[Stored data]

■ ■ ■ ■

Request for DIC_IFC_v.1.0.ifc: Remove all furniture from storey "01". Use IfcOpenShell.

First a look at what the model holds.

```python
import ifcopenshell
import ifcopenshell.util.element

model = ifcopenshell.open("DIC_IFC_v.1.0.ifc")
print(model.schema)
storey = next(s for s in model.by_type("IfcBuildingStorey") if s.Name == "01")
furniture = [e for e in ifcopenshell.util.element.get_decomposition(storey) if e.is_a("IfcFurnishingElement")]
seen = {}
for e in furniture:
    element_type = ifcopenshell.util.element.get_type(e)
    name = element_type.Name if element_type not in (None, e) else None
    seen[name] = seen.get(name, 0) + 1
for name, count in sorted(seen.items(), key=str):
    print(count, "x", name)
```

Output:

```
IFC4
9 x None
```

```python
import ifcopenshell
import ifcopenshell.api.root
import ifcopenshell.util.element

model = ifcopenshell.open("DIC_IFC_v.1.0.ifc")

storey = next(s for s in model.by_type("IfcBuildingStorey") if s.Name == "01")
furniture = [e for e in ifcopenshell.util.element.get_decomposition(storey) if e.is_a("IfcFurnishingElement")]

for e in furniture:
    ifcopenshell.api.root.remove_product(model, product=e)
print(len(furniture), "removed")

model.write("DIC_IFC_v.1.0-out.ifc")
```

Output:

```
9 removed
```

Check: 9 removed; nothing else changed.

■ ■ ■ ■

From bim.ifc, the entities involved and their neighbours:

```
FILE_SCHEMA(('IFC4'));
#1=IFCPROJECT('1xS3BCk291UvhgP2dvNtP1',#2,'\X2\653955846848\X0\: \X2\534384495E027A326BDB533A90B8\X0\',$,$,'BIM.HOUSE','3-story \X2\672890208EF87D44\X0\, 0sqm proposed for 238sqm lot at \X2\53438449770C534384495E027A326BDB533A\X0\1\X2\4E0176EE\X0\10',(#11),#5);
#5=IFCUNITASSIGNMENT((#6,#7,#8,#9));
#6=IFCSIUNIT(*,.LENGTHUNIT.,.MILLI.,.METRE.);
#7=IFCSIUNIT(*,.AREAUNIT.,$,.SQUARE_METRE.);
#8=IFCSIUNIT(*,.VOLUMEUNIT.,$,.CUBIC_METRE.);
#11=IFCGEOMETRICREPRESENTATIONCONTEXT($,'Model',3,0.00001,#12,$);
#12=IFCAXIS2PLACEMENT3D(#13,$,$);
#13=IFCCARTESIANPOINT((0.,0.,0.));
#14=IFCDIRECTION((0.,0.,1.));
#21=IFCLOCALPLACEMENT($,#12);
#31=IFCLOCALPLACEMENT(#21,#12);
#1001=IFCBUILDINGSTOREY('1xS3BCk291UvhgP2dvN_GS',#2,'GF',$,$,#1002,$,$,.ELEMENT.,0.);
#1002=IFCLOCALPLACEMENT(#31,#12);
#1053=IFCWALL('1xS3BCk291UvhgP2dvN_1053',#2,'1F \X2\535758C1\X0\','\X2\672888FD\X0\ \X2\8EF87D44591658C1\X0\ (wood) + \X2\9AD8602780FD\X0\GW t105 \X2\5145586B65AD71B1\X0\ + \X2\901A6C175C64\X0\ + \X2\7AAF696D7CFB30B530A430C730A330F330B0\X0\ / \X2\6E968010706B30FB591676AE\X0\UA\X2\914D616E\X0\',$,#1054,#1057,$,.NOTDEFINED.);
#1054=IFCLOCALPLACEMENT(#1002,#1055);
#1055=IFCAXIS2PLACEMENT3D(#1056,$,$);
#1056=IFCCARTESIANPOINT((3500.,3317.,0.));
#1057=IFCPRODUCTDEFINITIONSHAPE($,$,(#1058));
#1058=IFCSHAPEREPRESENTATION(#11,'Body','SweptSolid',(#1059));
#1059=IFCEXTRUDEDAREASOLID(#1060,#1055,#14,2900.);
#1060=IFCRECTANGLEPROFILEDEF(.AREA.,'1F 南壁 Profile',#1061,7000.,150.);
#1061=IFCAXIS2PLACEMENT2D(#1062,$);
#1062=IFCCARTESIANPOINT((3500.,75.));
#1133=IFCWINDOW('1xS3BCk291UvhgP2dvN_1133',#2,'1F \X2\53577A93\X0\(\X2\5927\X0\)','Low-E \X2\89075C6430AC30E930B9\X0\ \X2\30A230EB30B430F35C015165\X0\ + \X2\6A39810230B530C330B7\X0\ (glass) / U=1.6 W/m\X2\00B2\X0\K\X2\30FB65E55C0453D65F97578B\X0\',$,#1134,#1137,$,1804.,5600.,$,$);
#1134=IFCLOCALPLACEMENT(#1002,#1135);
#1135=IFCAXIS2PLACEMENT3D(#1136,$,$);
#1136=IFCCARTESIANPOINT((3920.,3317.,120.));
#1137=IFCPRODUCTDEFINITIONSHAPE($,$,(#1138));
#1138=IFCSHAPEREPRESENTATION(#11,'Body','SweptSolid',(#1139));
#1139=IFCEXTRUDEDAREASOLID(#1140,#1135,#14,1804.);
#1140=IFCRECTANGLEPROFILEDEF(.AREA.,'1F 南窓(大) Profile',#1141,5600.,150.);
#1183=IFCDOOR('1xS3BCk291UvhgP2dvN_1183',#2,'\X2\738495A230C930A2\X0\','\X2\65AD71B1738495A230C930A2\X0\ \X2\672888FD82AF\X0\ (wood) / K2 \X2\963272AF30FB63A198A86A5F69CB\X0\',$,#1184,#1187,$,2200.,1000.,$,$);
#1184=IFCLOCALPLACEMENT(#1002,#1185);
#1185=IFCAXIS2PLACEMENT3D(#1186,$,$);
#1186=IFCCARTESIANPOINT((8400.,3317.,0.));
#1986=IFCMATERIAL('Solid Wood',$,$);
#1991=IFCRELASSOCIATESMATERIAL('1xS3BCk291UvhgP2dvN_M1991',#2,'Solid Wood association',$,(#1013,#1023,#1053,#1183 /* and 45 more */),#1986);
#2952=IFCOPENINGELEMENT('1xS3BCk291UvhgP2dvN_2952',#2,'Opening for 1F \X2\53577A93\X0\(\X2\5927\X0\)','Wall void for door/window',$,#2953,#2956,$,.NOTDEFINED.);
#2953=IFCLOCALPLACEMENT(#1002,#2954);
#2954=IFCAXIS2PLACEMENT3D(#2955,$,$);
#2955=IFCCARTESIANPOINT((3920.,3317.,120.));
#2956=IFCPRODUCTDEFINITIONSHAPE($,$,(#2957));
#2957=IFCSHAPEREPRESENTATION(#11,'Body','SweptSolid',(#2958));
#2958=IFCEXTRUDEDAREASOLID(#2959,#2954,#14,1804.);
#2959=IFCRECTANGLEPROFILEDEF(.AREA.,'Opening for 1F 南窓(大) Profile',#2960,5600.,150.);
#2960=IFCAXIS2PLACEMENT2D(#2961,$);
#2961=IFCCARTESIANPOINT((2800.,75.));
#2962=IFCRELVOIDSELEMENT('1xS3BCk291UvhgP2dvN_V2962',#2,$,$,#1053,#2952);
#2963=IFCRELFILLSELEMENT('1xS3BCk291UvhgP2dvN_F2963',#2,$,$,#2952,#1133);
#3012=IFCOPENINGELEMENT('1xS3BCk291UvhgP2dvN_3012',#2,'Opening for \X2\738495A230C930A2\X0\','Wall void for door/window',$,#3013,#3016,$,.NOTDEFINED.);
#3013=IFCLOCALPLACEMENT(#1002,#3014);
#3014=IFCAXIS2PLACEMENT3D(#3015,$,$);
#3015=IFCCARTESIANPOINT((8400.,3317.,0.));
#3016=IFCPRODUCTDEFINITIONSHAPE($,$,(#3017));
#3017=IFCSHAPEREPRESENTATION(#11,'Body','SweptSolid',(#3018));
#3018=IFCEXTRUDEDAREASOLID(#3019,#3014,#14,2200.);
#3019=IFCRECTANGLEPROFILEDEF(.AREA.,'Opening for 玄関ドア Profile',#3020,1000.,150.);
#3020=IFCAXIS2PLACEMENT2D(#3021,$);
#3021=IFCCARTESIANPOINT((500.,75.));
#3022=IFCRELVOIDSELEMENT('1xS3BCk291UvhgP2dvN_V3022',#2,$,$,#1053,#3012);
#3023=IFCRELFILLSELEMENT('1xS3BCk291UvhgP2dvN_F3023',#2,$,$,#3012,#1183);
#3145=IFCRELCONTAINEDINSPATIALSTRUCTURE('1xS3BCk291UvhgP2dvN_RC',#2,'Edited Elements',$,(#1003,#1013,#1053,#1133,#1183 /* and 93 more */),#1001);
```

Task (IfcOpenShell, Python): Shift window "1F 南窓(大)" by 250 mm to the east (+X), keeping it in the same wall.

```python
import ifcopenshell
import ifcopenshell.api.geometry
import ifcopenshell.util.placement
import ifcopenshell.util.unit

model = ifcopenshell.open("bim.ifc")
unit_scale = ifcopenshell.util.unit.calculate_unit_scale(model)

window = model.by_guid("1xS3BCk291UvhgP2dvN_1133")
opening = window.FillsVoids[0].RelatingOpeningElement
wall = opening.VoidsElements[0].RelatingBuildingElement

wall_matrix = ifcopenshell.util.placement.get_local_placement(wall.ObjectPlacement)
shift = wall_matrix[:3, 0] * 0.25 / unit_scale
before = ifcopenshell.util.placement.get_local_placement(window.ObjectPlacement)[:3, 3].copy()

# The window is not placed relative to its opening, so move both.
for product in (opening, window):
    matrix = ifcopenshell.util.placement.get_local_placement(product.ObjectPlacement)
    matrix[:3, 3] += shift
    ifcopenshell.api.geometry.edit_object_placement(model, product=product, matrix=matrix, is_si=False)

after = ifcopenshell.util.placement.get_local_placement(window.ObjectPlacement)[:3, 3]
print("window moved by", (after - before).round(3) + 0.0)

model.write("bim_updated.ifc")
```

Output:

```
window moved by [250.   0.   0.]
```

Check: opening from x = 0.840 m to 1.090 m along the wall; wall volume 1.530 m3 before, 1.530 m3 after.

■ ■ ■ ■

Assignment> Only lines containing the word "IFCOPENINGELEMENT" should appear in the answer, and every such line from the records above must be there.

Exercise response>
#2952=IFCOPENINGELEMENT('1xS3BCk291UvhgP2dvN_2952',#2,'Opening for 1F \X2\53577A93\X0\(\X2\5927\X0\)','Wall void for door/window',$,#2953,#2956,$,.NOTDEFINED.);
#3012=IFCOPENINGELEMENT('1xS3BCk291UvhgP2dvN_3012',#2,'Opening for \X2\738495A230C930A2\X0\','Wall void for door/window',$,#3013,#3016,$,.NOTDEFINED.);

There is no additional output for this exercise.